Yes, I believe so too. pglz is a huge CPU-consumer when it comes to
compilation compared to more modern algos like lz4.
> With Vladimir we started to investigate ways to boost byte copying
> and eventually created test suit[1] to investigate performance of
> compression and decompression. This is and extension with single
> function test_pglz() which performs tests for different:
> 1. Data payloads
> 2. Compression implementations
> 3. Decompression implementations
Cool. I got something rather similar in my wallet of plugins:
https://github.com/michaelpq/pg_plugins/tree/master/compress_test
This is something I worked on mainly for FPW compression in WAL.
> Currently we test mostly decompression improvements against two WALs
> and one data file taken from pgbench-generated database. Any
> suggestion on more relevant data payloads are very welcome.

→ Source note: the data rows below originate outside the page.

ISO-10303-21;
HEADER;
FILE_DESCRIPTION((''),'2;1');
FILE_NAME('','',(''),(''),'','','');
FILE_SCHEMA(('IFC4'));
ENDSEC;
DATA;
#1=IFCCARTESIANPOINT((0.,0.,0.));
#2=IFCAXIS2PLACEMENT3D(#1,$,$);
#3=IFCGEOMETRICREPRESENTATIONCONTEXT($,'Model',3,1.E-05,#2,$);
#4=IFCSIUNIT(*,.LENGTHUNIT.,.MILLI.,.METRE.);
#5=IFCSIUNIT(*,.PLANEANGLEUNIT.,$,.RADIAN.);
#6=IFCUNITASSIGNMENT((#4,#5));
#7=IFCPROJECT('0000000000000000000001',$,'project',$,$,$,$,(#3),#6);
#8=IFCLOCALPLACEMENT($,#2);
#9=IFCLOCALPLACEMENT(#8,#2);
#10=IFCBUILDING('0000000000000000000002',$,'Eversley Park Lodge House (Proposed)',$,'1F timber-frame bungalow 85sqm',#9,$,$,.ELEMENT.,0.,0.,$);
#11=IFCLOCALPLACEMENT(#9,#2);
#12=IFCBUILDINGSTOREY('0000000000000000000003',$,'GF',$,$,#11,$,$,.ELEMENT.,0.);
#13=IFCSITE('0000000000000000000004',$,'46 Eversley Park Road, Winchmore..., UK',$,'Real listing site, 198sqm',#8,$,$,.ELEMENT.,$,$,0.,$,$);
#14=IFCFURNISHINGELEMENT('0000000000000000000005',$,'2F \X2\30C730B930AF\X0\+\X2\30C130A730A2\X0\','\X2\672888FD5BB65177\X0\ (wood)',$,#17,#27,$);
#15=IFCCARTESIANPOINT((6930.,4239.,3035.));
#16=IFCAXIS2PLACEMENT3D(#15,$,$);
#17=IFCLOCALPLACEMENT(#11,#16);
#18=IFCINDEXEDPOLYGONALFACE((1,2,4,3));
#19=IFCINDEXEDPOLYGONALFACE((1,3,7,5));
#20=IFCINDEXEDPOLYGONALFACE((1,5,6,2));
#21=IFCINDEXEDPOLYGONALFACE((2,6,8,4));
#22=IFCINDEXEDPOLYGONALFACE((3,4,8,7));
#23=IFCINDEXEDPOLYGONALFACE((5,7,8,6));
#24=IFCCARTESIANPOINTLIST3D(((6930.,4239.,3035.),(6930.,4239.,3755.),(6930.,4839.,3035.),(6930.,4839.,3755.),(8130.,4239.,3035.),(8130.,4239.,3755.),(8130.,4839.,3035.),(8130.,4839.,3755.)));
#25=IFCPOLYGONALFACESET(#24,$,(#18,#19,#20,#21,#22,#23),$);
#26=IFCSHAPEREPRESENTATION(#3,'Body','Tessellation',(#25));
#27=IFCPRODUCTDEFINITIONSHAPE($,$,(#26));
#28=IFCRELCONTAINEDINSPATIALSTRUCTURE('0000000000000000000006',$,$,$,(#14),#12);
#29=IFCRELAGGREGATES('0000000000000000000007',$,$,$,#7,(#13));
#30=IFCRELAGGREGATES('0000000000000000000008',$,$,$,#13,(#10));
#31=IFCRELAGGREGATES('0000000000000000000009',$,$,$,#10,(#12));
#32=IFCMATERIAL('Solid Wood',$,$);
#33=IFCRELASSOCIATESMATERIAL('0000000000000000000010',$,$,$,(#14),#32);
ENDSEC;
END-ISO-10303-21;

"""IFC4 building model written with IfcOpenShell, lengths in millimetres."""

from ifc_helpers import new_model, si_unit, frame, frame_2d, origin, place, context, project, spatial, rectangle, extrude, material, element, save


model = new_model("IFC4")

# Units and contexts
model_context = context("Model", 3, precision=1e-05, world=origin())
ifc_project = project(units=[si_unit("LENGTHUNIT", "METRE", prefix="MILLI"), si_unit("PLANEANGLEUNIT", "RADIAN")], contexts=[model_context])

# Site, building, storey
site_placement = place(None, origin())
site = spatial("IfcSite", under=ifc_project, at=site_placement, Name="46 Eversley Park Road, Winchmore..., UK", ObjectType="Real listing site, 198sqm", CompositionType="ELEMENT", RefElevation=0.0)
building_placement = place(site_placement, origin())
building = spatial("IfcBuilding", under=site, at=building_placement, Name="Eversley Park Lodge House (Proposed)", ObjectType="1F timber-frame bungalow 85sqm", CompositionType="ELEMENT", ElevationOfRefHeight=0.0, ElevationOfTerrain=0.0)
storey_placement = place(building_placement, origin())
storey = spatial("IfcBuildingStorey", under=building, at=storey_placement, Name="GF", CompositionType="ELEMENT", Elevation=0.0)

# Shared definitions
ifc_material_1 = material(Name="Solid Wood")

# Furnishing element
furnishing_1_placement = place(storey_placement, frame((6930.0, 4239.0, 3035.0)))
element("IfcFurnishingElement", 1, at=furnishing_1_placement, inside=storey, material=ifc_material_1, Name="2F デスク+チェア", Description="木製家具 (wood)", context=model_context, shape_type="SweptSolid", body=[
    extrude(rectangle(XDim=1200.0, YDim=600.0, at=frame_2d((600.0, 300.0))), frame((6930.0, 4239.0, 3035.0)), (0.0, 0.0, 1.0), 720.0),
])

save(model, "model.ifc")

Text strings made of random data and variable length? For any test of
this kind I think that it is good to focus on the performance of the
low-level calls, even going as far as a simple C wrapper on top of the
pglz APIs to test only the performance and not have extra PG-related
overhead like palloc() which can be a barrier. Focusing on strings of
lengths of 1kB up to 16kB may be an idea of size, and it is important
to keep the same uncompressed strings for performance comparison.
> My laptop tests show that our decompression implementation [2] can
> be from 15% to 50% faster. Also I've noted that compression is
> extremely slow, ~30 times slower than decompression. I believe we
> can do something about it.
That's nice.
> We focus only on boosting existing codec without any considerations
> of other compression algorithms.
There is this as well. A couple of algorithms have a license
compatible with Postgres, but it may be more simple to just improve
pglz. A 10%~20% improvement is something worth doing.

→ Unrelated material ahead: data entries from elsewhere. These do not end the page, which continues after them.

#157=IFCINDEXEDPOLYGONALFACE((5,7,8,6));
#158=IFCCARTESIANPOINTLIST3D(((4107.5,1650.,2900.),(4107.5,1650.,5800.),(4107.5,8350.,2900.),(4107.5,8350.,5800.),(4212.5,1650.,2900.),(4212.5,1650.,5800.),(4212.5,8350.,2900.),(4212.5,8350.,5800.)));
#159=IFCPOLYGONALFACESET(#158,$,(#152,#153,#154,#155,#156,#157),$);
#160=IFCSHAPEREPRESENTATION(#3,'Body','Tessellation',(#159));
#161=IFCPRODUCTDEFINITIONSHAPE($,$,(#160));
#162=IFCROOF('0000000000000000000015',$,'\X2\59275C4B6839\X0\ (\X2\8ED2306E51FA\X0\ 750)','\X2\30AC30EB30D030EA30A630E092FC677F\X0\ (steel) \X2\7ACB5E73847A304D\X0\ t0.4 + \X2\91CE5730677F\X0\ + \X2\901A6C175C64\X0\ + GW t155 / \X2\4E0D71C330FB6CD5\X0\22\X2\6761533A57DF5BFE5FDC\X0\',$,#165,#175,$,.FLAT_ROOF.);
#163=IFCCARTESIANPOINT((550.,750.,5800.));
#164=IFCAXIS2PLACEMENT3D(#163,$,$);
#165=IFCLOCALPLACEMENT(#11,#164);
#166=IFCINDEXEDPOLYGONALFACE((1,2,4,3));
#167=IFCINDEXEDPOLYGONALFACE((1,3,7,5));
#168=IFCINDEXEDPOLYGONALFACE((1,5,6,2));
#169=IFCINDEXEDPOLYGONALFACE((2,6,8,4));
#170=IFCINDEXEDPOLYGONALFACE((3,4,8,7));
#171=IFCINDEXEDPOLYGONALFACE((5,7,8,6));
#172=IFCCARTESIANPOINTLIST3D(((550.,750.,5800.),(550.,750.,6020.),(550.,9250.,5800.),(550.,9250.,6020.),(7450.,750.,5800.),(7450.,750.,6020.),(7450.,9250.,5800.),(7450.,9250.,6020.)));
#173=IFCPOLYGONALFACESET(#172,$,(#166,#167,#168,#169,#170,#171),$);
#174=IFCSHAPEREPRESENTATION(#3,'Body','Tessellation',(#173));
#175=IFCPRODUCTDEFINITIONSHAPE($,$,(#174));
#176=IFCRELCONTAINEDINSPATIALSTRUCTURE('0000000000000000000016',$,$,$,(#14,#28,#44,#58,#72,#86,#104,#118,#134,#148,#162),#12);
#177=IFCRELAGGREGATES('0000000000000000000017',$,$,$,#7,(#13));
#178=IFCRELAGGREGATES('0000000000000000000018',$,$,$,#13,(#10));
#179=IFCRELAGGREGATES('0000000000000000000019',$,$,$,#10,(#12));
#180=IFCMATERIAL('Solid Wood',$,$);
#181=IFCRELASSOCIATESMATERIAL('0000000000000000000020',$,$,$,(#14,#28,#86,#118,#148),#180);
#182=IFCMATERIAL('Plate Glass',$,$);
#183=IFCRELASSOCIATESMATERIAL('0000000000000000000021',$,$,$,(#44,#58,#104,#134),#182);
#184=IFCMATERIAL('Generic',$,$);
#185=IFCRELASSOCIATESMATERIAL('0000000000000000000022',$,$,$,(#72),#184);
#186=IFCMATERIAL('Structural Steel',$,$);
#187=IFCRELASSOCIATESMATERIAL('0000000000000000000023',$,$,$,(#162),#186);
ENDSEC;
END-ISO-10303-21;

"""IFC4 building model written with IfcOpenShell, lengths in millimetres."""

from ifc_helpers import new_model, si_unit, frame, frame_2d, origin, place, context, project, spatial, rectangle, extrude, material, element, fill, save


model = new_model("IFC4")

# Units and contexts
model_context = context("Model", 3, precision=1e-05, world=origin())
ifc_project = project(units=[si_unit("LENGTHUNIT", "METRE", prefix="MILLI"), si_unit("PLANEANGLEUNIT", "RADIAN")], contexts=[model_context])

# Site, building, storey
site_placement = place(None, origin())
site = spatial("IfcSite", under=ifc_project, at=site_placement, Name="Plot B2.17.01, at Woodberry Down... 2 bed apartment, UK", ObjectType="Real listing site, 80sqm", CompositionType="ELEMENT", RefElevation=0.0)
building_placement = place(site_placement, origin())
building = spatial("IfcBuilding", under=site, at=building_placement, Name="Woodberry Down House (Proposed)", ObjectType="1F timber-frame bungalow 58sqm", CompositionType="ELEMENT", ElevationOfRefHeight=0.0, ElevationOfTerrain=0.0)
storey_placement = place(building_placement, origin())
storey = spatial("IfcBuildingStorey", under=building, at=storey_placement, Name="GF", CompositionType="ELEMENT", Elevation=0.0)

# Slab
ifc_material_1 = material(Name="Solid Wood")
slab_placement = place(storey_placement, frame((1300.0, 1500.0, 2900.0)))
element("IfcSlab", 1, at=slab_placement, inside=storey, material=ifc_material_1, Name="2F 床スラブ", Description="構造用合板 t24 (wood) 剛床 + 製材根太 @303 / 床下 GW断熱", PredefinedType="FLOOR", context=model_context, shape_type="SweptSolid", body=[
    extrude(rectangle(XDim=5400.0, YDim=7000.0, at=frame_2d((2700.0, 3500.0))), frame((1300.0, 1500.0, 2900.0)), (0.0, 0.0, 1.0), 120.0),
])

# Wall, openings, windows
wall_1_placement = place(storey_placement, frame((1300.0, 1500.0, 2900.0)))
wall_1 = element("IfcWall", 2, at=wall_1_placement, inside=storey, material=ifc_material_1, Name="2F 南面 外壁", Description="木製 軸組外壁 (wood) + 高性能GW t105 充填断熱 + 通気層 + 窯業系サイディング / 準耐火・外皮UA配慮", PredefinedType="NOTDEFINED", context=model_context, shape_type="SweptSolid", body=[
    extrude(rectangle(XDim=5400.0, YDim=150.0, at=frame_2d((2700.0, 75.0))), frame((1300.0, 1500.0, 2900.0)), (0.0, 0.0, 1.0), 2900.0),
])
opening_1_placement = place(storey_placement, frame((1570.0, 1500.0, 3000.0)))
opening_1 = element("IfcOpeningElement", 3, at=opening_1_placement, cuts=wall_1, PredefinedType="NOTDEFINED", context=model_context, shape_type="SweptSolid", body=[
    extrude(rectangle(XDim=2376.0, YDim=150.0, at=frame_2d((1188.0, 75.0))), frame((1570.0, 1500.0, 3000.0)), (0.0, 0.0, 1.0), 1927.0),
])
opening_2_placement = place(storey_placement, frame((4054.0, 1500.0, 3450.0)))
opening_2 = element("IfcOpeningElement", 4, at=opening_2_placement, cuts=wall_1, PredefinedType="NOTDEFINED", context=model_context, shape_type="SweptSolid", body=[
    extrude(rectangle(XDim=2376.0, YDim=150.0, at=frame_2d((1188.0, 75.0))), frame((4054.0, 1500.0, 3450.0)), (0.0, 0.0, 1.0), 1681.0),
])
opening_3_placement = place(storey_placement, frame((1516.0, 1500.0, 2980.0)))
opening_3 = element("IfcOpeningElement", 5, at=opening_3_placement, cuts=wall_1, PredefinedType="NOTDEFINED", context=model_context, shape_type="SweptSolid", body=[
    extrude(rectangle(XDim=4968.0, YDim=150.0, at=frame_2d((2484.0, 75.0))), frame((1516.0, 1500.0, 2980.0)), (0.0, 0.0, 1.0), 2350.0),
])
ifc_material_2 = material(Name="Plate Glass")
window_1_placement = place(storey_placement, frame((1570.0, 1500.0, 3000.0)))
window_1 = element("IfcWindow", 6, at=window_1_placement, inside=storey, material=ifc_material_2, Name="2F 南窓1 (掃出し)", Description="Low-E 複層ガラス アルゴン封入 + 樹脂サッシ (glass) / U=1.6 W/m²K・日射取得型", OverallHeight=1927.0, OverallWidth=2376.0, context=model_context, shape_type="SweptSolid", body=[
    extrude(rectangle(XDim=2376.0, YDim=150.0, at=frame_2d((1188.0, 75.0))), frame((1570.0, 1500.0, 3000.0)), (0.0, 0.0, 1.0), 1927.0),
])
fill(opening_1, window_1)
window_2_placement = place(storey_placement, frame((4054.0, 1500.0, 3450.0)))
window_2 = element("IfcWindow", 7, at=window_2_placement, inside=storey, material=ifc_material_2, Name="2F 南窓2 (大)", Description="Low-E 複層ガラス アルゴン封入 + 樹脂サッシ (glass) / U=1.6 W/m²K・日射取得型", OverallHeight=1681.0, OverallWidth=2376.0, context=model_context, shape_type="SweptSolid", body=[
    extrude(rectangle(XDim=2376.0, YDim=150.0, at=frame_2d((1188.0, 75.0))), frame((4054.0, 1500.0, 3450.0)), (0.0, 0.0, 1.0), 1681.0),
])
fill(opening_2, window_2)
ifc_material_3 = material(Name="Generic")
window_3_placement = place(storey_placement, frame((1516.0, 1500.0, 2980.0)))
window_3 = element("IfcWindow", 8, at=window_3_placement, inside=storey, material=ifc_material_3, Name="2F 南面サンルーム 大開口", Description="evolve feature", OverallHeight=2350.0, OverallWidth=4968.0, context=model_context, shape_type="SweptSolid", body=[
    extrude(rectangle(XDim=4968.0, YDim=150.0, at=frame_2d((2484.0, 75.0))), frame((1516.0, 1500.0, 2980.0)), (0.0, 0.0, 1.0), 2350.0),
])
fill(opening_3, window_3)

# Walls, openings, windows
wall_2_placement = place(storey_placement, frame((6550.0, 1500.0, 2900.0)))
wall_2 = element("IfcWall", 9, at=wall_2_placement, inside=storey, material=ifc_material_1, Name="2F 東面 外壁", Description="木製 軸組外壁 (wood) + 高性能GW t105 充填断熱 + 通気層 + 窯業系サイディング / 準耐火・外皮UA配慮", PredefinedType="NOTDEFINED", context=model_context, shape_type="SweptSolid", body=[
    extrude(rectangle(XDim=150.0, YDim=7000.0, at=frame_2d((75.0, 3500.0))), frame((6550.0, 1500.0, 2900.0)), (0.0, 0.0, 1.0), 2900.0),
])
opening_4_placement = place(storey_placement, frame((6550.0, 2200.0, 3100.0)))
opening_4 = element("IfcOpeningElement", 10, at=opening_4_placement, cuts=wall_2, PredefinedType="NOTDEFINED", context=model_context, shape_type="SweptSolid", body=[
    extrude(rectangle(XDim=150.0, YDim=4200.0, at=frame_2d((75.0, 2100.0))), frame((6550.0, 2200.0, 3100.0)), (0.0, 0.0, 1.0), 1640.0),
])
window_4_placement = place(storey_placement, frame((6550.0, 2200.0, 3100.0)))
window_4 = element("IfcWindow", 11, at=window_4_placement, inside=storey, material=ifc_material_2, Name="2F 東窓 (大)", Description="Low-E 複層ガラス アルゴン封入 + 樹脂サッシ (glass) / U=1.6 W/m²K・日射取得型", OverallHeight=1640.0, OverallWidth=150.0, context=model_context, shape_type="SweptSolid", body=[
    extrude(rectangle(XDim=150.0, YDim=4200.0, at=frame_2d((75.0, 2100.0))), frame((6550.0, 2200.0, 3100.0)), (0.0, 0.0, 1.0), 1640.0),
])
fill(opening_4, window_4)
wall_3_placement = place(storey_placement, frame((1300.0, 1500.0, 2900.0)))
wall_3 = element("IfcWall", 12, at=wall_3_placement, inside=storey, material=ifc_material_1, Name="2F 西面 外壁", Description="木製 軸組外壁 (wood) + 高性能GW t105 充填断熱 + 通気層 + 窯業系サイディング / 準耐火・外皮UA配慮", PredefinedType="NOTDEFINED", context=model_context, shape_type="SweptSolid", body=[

> Most important questions are:
> 1. What are relevant data sets?
> 2. What are relevant CPUs? I have only XEON-based servers and few
> laptops\desktops with intel CPUs
> 3. If compression is 30 times slower, should we better focus on
> compression instead of decompression?
Decompression can matter a lot for mostly-read workloads and
compression can become a bottleneck for heavy-insert loads, so
improving compression or decompression should be two separate
problems, not two problems linked. Any improvement in one or the
other, or even both, is nice to have.